Building those things is wise, of course, but here’s the truth: you don’t have to wait until you have piles of money, perfect credit, and every answer neatly in place. Plenty of investors have started on a shoestring. They bought a property with seller financing or subject-to financing, learned as they went, and built cash flow that allowed them to do the next deal and the next. Capital grows fastest when you’re in motion.

That’s exactly why we invite speakers who can help you move forward now. Our October guest, Robert Mohon, is a perfect example. Robert is a seasoned landlord who built a portfolio of cash-flowing rentals big enough to give him the freedom to work—or not work—whenever he chooses. And he did it primarily by borrowing from banks. In October, he’s coming to Kansas City to share how to build credit and credibility so banks actually want to lend to you. The best part? Everything he teaches applies whether you’re looking for your first loan, a private lender, or a future line of credit.

I’ve been following Robert’s “Professional Borrower” tips on Facebook for a while now, and his advice is refreshingly practical. Let me share a few of the lessons I’ve picked up from his reels—ideas you can start using right away while you’re saving, learning, and yes, building that capital.

Building Credit While You Hunt for Deals

Many new investors think they have to wait for the perfect credit score before they start shopping for properties. Don’t. Work on your credit now—and keep at it for life. Robert emphasizes the basics: pay every bill on time, keep balances low, and use major credit cards, not store cards, to build a healthy history. He even recommends paying your cards almost to zero every week, a small tweak he’ll explain in detail at the October meeting. These habits quietly but powerfully raise the scores bankers use when deciding whether to approve your loan.

And do keep in mind that any investor with a bit of time in this business will tell you – if you find a good deal, there will be funding for it somewhere.  But having credibility with the community to get that funding is key.

Showing You’re Bank-Ready

Credit is only half the story. Robert encourages every investor to create a credibility kit—a professional packet you can hand a banker, a private lender, or even a potential partner. It’s part résumé, part project binder: a personal financial statement, a summary of what you’ve already accomplished, references, plus the details of the property you want to buy—analysis, comps, repairs, photos, contractor bids. When you walk into a meeting with that in hand, you signal that you’re serious and capable. You’re no longer just someone with a dream; you’re a borrower with a plan.

So learning, practicing, asking questions can help you get so you can build that project binder and actually know what you are talking about.

Lean on Your Community

Here’s a story I love: a MAREI member once told me that even after she had her credit and her credibility kit ready, her lender still hesitated. But when she mentioned that she was active in MAREI—and that several respected members were guiding her through the deal—the banker’s attitude changed. The loan was approved.
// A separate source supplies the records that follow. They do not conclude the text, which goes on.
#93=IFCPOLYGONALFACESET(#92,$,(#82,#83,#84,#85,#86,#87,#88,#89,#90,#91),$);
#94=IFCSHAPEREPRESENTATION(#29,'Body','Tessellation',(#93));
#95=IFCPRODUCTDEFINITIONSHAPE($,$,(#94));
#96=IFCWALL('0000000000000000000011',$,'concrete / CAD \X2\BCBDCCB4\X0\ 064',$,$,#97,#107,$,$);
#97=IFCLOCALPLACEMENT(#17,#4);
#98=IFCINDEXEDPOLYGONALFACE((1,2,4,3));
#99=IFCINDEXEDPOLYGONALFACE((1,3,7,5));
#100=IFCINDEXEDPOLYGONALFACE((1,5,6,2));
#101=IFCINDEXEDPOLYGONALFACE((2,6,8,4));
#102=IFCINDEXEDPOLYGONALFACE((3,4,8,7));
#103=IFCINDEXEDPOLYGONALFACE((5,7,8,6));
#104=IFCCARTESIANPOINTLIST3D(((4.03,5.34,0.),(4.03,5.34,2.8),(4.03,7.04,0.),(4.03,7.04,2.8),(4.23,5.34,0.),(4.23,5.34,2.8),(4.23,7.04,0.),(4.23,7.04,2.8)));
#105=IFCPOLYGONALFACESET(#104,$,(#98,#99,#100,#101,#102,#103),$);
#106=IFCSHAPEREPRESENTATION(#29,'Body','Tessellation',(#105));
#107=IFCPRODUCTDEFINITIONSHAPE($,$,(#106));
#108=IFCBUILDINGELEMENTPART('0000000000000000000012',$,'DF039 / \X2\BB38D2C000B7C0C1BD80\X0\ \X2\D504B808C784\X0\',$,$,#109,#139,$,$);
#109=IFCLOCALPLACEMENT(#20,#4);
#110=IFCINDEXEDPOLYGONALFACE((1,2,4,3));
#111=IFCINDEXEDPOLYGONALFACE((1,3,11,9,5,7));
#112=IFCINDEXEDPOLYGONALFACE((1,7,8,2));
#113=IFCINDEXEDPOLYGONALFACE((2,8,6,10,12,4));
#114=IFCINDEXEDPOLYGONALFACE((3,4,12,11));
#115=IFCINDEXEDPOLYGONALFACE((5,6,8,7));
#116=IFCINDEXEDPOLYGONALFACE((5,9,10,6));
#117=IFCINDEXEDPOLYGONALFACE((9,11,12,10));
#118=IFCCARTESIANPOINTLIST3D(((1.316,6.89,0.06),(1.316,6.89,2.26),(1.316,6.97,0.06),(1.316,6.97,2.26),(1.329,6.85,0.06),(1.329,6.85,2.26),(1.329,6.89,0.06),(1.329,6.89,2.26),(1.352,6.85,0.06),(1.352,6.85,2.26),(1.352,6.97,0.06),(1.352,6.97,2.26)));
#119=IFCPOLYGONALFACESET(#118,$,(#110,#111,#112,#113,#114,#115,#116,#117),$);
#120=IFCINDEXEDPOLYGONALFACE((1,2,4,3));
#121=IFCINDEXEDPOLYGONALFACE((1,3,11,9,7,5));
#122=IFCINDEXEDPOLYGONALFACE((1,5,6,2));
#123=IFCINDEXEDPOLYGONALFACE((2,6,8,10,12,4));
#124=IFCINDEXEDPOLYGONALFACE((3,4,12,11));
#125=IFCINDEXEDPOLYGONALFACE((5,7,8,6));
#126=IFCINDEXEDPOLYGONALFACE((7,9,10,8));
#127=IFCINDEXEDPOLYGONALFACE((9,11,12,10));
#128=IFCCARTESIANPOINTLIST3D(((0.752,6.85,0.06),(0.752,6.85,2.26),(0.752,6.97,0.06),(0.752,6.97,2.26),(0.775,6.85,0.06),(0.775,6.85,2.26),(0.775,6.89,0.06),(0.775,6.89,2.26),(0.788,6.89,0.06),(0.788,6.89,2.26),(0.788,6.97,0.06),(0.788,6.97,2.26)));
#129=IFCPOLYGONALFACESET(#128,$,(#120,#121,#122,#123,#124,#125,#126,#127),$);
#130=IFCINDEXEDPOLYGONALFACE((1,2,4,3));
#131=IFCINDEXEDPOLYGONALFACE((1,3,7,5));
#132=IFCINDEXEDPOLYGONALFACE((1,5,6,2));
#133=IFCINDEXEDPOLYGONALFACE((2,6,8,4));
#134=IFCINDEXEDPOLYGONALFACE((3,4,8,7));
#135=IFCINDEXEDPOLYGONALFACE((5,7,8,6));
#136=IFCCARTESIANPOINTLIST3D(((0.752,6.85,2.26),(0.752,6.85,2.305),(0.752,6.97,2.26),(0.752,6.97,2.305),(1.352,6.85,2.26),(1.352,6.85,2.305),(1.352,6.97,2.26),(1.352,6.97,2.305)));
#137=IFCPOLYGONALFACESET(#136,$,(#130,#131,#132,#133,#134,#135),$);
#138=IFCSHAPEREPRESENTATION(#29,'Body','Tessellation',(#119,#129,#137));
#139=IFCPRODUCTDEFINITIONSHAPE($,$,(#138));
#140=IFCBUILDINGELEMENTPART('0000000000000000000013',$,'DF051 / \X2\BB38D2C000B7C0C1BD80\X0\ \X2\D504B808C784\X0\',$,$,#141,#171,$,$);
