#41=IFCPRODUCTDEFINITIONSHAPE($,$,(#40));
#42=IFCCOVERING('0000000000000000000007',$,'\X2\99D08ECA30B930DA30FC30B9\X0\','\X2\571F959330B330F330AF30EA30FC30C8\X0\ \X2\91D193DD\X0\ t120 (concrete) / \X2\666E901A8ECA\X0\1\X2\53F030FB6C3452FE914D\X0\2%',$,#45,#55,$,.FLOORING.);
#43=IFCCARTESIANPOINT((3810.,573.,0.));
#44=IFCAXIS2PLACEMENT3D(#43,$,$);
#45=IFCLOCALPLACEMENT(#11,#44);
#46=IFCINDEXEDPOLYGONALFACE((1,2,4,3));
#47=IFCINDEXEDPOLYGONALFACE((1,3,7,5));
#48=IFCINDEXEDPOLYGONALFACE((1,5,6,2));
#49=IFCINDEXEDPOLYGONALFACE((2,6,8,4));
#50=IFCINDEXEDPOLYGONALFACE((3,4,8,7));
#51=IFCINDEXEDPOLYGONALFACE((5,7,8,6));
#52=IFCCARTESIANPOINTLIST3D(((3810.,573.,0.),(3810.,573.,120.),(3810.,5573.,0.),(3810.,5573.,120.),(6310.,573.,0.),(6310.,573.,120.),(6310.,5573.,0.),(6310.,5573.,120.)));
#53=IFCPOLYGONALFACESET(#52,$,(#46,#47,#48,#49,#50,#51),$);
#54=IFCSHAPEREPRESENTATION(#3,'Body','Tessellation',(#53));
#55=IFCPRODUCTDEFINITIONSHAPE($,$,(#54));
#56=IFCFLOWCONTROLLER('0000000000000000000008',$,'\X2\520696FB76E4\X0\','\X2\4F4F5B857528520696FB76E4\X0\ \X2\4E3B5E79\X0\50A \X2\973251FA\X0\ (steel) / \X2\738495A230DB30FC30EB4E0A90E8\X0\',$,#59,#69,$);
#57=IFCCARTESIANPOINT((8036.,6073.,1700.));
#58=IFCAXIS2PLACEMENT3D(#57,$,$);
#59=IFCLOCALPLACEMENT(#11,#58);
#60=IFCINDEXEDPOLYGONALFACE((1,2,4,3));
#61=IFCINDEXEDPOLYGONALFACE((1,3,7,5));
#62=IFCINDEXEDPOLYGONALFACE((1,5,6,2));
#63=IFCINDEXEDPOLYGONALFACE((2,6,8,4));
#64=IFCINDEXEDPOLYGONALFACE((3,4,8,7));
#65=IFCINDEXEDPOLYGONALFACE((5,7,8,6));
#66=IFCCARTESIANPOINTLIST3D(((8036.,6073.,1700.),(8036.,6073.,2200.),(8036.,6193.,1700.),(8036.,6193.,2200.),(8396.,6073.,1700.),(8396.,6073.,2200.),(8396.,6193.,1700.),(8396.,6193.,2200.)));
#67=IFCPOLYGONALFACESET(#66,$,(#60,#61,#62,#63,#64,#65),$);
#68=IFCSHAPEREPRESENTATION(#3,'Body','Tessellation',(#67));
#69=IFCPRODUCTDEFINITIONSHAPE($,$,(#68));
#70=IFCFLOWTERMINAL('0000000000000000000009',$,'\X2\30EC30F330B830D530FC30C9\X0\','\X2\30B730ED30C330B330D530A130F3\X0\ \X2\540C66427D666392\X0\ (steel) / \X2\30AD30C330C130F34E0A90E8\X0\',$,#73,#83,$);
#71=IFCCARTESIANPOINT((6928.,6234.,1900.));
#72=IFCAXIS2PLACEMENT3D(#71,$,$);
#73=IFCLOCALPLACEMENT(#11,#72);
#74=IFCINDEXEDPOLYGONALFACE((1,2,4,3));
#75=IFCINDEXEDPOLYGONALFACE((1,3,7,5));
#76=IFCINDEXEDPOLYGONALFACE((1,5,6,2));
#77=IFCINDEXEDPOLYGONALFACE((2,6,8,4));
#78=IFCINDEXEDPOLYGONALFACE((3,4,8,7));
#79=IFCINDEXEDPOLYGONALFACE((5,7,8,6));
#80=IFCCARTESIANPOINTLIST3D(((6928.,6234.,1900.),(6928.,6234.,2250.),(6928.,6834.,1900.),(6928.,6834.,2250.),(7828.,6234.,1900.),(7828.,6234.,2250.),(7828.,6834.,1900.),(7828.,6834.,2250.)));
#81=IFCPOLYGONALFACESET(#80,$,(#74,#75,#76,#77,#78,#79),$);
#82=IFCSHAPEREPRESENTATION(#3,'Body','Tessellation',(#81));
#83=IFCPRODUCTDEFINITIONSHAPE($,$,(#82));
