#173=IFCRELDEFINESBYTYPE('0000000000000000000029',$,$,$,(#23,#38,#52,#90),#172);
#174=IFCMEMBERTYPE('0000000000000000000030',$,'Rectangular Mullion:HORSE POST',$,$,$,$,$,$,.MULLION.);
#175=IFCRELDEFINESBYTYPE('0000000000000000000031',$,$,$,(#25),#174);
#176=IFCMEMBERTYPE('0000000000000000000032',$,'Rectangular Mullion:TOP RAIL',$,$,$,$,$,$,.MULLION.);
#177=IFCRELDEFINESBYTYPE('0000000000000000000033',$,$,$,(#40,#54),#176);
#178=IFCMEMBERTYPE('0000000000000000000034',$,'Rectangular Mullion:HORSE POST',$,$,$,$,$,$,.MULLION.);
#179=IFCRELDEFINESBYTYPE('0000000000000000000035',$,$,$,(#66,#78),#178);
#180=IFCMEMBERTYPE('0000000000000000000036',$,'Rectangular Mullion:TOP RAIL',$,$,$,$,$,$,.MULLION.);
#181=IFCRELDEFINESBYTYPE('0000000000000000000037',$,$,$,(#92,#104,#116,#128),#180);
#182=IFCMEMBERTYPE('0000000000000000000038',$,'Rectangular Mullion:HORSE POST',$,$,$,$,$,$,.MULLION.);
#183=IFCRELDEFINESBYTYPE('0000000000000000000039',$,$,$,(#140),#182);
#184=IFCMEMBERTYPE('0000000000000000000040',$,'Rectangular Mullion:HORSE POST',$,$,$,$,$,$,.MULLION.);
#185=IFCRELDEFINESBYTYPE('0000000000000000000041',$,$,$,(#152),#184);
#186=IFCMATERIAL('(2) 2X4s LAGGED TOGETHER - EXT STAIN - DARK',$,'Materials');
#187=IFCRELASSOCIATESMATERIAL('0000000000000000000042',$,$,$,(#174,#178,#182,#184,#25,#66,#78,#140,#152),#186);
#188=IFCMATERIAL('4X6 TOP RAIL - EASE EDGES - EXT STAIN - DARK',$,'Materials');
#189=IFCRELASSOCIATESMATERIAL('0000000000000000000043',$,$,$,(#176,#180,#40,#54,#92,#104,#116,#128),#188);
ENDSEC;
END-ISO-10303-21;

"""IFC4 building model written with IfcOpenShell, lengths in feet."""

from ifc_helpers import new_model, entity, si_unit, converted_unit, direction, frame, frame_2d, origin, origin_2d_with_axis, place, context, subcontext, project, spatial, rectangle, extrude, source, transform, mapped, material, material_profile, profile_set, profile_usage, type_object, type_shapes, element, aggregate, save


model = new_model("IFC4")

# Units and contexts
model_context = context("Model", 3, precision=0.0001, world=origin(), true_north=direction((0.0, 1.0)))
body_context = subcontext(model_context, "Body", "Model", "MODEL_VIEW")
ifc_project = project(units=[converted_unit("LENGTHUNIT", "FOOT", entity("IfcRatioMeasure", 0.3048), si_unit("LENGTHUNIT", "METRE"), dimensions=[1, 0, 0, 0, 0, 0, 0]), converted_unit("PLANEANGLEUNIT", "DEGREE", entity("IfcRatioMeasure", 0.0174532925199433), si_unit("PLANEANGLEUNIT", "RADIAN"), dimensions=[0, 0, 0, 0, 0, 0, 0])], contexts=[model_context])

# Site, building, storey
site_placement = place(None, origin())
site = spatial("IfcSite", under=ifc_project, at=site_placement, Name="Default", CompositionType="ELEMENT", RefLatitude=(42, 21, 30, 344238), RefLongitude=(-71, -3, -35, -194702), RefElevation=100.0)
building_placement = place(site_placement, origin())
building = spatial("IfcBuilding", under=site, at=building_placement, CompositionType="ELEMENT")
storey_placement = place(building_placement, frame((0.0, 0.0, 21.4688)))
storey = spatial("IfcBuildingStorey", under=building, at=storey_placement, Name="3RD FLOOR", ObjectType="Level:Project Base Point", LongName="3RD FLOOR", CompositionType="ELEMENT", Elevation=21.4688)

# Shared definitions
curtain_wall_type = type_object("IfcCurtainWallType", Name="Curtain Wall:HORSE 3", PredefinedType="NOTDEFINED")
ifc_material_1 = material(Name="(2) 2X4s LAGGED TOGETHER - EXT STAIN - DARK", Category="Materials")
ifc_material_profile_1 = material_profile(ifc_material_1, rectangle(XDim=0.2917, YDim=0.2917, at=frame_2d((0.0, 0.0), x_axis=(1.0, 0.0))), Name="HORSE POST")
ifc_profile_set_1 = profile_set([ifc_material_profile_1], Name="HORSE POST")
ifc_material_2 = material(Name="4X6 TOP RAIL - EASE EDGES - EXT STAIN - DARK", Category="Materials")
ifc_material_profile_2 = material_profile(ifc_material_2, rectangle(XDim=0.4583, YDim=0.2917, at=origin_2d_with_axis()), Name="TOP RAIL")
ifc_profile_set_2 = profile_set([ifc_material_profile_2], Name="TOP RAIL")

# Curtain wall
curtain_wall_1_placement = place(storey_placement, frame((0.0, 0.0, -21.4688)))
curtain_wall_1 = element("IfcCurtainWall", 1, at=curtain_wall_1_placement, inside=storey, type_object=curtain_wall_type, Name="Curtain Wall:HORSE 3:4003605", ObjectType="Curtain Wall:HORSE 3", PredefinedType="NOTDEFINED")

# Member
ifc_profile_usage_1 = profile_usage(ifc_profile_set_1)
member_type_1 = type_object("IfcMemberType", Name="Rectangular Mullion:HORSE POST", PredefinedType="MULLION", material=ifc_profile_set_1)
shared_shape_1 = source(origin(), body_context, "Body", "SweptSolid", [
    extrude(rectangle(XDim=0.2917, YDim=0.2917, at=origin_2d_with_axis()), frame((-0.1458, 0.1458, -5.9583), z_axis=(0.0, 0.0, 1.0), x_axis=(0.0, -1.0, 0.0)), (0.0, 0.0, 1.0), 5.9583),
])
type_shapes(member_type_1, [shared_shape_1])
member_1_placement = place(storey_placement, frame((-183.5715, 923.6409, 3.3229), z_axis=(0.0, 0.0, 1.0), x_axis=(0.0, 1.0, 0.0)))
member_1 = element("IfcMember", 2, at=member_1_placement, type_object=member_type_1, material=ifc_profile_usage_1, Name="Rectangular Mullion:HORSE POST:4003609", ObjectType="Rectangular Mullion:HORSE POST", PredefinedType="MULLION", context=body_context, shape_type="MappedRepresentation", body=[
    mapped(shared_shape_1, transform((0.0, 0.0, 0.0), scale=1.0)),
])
That’s the quiet power of a strong investor community. When you show up early, stay late, volunteer, and let experienced members walk a property with you, you build relationships that banks notice. Just having an experienced person involved in the deal—whether it’s a trusted contractor, a silent small-percentage partner who offers guidance, or the realtor representing you—can make a big difference in how a lender views your project. Sometimes those very members become your partners or your first private lenders.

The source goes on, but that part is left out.